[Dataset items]
★ ★ ★ ★ ★
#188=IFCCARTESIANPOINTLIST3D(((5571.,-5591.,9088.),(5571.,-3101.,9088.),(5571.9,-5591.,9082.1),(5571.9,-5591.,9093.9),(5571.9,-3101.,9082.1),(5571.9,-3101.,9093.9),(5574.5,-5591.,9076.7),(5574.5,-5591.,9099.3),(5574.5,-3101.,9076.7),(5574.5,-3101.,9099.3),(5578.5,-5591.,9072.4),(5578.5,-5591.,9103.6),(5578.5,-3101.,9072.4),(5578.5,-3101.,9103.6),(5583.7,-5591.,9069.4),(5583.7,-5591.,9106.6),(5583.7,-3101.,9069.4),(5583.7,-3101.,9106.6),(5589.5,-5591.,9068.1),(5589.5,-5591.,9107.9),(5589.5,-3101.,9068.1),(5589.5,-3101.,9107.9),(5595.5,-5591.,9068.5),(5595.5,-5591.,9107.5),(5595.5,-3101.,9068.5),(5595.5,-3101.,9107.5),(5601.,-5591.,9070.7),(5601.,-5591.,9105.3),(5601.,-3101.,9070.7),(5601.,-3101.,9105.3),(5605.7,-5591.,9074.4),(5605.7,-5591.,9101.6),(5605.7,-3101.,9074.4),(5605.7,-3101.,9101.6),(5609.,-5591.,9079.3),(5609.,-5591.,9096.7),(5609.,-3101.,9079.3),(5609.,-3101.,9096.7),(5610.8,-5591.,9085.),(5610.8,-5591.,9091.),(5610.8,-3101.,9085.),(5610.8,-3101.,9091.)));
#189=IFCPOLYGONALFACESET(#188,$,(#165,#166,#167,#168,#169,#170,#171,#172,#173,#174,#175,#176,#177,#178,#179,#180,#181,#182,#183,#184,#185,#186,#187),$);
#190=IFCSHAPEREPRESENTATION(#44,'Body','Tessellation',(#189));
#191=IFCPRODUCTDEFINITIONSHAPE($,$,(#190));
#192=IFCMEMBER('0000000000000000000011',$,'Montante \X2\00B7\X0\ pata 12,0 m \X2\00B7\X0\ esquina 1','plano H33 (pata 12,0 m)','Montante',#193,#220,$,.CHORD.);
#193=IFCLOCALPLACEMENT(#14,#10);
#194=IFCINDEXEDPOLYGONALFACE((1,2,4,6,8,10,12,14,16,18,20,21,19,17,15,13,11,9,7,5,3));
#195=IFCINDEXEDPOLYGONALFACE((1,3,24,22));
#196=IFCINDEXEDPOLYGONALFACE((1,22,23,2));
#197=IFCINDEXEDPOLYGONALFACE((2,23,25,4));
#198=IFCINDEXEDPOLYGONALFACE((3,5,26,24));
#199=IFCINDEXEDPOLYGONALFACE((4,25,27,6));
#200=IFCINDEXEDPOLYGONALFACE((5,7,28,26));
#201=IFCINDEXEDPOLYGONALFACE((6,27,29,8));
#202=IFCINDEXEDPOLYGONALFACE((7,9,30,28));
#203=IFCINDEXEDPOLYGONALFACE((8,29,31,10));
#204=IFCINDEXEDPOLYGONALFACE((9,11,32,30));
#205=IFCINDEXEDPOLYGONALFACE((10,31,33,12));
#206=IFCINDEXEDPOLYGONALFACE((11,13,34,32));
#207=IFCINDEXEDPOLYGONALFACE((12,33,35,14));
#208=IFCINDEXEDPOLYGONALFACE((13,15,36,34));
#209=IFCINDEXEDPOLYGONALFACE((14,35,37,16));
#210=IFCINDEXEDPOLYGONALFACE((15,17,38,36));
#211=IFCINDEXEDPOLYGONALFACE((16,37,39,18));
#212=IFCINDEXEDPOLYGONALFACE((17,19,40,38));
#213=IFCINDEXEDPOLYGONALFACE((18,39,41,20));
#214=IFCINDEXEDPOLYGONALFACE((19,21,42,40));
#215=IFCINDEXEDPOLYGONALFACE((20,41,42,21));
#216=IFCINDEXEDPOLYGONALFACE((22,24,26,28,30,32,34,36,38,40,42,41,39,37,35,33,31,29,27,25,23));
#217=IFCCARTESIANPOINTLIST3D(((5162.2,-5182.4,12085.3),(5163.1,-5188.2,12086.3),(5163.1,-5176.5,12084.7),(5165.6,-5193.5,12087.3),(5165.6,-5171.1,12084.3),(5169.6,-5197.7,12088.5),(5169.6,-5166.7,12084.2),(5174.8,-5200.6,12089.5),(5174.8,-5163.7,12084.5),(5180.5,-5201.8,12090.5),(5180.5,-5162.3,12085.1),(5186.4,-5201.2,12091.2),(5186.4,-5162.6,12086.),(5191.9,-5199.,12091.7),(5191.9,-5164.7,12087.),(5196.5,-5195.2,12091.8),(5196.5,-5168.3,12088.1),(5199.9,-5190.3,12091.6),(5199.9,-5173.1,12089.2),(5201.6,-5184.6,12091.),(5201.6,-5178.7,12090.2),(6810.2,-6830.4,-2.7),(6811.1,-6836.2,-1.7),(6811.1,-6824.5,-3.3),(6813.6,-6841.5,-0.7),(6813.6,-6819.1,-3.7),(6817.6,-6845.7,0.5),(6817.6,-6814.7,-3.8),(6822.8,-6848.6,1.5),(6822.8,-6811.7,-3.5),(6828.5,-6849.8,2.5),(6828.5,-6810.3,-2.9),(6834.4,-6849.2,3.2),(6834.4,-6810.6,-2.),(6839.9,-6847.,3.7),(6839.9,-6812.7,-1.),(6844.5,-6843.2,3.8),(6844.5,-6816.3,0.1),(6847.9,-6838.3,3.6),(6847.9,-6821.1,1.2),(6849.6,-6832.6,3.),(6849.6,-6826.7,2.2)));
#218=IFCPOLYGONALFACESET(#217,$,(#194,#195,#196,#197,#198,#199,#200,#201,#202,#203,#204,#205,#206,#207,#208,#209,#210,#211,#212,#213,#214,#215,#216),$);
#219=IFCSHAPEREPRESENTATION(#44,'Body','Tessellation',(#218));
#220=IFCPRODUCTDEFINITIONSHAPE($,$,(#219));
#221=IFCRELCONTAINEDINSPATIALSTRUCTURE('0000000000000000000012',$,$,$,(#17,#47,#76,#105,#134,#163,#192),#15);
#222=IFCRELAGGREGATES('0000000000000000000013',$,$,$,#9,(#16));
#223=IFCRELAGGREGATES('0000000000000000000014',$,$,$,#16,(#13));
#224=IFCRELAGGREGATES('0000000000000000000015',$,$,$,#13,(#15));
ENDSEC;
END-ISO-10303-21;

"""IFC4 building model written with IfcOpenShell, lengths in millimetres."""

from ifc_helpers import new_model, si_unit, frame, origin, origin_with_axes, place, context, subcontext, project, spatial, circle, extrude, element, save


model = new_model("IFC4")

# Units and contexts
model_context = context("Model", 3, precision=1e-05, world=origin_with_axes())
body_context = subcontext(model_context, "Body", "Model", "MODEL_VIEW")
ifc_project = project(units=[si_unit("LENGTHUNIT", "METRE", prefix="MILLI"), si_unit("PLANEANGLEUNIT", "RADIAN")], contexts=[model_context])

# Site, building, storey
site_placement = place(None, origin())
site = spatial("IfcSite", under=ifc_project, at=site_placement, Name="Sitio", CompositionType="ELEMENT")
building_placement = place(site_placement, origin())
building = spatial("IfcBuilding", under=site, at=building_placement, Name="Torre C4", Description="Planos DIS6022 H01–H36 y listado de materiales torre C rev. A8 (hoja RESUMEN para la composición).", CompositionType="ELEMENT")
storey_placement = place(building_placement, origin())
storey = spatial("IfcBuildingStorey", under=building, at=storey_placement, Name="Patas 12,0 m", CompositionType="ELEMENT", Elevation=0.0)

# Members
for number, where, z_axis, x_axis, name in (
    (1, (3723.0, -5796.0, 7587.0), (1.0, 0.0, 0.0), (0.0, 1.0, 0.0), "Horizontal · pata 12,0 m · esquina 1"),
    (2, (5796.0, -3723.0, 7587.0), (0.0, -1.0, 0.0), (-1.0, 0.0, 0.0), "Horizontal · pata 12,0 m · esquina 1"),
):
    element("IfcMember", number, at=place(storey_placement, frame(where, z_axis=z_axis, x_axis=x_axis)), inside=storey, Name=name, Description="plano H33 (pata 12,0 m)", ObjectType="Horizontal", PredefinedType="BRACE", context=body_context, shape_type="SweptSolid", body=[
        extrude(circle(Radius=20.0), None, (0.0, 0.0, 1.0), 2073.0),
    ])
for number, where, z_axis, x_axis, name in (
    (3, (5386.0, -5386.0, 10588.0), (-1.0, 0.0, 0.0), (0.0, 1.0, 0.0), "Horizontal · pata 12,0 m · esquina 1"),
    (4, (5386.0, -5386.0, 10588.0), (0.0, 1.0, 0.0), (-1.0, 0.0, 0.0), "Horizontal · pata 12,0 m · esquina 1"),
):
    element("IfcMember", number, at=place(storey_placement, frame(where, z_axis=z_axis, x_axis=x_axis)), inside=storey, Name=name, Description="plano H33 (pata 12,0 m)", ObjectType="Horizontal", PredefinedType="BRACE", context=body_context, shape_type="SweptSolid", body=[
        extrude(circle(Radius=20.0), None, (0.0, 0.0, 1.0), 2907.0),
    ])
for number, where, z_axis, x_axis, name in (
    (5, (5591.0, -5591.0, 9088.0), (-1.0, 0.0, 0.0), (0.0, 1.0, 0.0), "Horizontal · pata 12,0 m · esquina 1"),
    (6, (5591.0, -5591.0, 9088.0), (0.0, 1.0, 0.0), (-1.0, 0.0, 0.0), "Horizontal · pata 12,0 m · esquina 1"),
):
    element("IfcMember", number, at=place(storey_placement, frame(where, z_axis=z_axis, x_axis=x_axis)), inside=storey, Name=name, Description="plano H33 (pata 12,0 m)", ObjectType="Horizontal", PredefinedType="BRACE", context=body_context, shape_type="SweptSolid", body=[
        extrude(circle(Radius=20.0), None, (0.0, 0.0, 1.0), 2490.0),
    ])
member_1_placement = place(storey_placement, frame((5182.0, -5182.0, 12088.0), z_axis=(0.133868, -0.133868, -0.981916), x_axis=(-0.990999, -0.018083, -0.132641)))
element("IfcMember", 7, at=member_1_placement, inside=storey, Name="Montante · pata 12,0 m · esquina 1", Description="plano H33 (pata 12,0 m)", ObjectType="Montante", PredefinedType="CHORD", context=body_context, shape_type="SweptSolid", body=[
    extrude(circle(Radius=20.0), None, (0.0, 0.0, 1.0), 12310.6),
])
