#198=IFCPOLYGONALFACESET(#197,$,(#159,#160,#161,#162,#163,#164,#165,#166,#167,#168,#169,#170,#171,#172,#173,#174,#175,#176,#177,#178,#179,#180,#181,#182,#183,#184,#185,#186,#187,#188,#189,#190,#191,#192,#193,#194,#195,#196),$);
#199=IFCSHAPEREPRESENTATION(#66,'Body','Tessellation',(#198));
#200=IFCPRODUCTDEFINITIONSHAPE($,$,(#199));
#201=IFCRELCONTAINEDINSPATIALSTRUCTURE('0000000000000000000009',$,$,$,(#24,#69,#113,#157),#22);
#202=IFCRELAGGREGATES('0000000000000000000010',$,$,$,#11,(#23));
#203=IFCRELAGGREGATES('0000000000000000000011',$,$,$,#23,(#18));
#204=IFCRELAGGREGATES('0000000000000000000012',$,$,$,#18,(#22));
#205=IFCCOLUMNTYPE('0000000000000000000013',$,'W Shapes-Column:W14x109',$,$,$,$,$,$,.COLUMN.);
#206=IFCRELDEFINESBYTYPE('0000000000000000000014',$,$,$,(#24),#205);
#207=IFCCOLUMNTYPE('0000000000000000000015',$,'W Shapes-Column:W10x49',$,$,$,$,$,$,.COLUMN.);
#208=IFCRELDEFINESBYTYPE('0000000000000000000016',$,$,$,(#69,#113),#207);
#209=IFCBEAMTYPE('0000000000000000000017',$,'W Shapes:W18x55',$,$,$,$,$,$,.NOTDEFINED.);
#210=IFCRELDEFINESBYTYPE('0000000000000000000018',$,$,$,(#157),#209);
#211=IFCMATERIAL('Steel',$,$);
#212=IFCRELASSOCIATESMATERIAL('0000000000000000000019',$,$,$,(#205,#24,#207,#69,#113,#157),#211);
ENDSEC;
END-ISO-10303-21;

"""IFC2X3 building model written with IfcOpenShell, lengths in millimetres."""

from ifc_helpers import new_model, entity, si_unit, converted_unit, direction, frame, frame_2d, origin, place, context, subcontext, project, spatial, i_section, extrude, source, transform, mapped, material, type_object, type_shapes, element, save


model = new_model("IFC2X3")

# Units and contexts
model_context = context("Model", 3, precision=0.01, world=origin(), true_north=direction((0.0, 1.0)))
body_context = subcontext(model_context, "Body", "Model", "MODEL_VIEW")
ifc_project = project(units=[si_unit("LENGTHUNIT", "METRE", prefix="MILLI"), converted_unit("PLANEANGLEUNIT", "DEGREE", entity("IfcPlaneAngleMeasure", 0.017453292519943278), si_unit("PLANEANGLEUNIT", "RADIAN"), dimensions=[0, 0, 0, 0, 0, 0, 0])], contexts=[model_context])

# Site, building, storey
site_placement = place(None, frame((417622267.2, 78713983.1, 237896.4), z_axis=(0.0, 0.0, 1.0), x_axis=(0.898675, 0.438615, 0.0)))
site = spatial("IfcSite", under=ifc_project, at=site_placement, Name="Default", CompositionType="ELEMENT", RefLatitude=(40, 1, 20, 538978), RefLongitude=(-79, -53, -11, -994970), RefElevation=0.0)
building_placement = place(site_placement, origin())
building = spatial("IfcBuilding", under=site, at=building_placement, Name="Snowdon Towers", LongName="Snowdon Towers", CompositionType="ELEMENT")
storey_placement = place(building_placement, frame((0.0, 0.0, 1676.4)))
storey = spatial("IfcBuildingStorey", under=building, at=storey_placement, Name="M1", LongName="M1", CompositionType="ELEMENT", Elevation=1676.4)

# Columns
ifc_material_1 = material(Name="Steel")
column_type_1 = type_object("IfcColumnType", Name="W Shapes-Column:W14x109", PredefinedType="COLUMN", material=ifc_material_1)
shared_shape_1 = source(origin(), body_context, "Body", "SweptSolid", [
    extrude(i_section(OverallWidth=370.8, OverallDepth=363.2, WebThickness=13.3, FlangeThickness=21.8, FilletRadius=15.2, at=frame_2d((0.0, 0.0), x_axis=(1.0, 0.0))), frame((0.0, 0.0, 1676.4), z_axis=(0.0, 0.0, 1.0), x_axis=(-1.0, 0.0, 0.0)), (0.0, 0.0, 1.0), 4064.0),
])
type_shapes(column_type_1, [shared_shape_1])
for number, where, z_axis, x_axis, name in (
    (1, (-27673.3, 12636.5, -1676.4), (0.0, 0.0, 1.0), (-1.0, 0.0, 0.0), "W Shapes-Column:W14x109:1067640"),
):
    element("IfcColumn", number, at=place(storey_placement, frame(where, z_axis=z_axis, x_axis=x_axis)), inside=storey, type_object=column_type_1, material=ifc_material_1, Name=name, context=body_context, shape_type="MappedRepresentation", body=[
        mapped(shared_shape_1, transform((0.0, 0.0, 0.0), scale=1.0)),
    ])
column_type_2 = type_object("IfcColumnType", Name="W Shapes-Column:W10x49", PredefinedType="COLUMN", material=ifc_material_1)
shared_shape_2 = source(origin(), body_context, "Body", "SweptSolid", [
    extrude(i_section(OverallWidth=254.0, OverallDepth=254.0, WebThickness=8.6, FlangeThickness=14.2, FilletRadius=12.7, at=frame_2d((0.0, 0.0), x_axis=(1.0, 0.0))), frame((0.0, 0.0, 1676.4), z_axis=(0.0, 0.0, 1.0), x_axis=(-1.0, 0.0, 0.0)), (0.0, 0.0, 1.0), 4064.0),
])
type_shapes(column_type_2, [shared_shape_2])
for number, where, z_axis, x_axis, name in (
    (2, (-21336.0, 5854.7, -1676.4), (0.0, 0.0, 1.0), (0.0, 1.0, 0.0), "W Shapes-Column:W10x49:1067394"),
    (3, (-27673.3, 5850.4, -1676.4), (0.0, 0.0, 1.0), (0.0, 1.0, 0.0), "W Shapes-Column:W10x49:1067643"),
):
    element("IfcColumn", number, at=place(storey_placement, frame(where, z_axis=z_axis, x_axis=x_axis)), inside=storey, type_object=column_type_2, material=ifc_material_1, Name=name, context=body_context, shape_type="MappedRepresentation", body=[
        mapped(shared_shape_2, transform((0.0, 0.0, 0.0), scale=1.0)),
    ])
★ ★ ★ ★ ★
▶ Task objective: From the data above, return every line from the line that has "(pata 12,0 m)','Montante',#193,#220,$,.CHORD.);" up to and including the line that has "#211=IFCINDEXEDPOLYGONALFACE((16,37,39,18));", exactly.

▶ Result of the exercise:
#192=IFCMEMBER('0000000000000000000011',$,'Montante \X2\00B7\X0\ pata 12,0 m \X2\00B7\X0\ esquina 1','plano H33 (pata 12,0 m)','Montante',#193,#220,$,.CHORD.);
#193=IFCLOCALPLACEMENT(#14,#10);
#194=IFCINDEXEDPOLYGONALFACE((1,2,4,6,8,10,12,14,16,18,20,21,19,17,15,13,11,9,7,5,3));
#195=IFCINDEXEDPOLYGONALFACE((1,3,24,22));
#196=IFCINDEXEDPOLYGONALFACE((1,22,23,2));
#197=IFCINDEXEDPOLYGONALFACE((2,23,25,4));
#198=IFCINDEXEDPOLYGONALFACE((3,5,26,24));
#199=IFCINDEXEDPOLYGONALFACE((4,25,27,6));
#200=IFCINDEXEDPOLYGONALFACE((5,7,28,26));
#201=IFCINDEXEDPOLYGONALFACE((6,27,29,8));
#202=IFCINDEXEDPOLYGONALFACE((7,9,30,28));
#203=IFCINDEXEDPOLYGONALFACE((8,29,31,10));
#204=IFCINDEXEDPOLYGONALFACE((9,11,32,30));
#205=IFCINDEXEDPOLYGONALFACE((10,31,33,12));
#206=IFCINDEXEDPOLYGONALFACE((11,13,34,32));
#207=IFCINDEXEDPOLYGONALFACE((12,33,35,14));
#208=IFCINDEXEDPOLYGONALFACE((13,15,36,34));
#209=IFCINDEXEDPOLYGONALFACE((14,35,37,16));
#210=IFCINDEXEDPOLYGONALFACE((15,17,38,36));
#211=IFCINDEXEDPOLYGONALFACE((16,37,39,18));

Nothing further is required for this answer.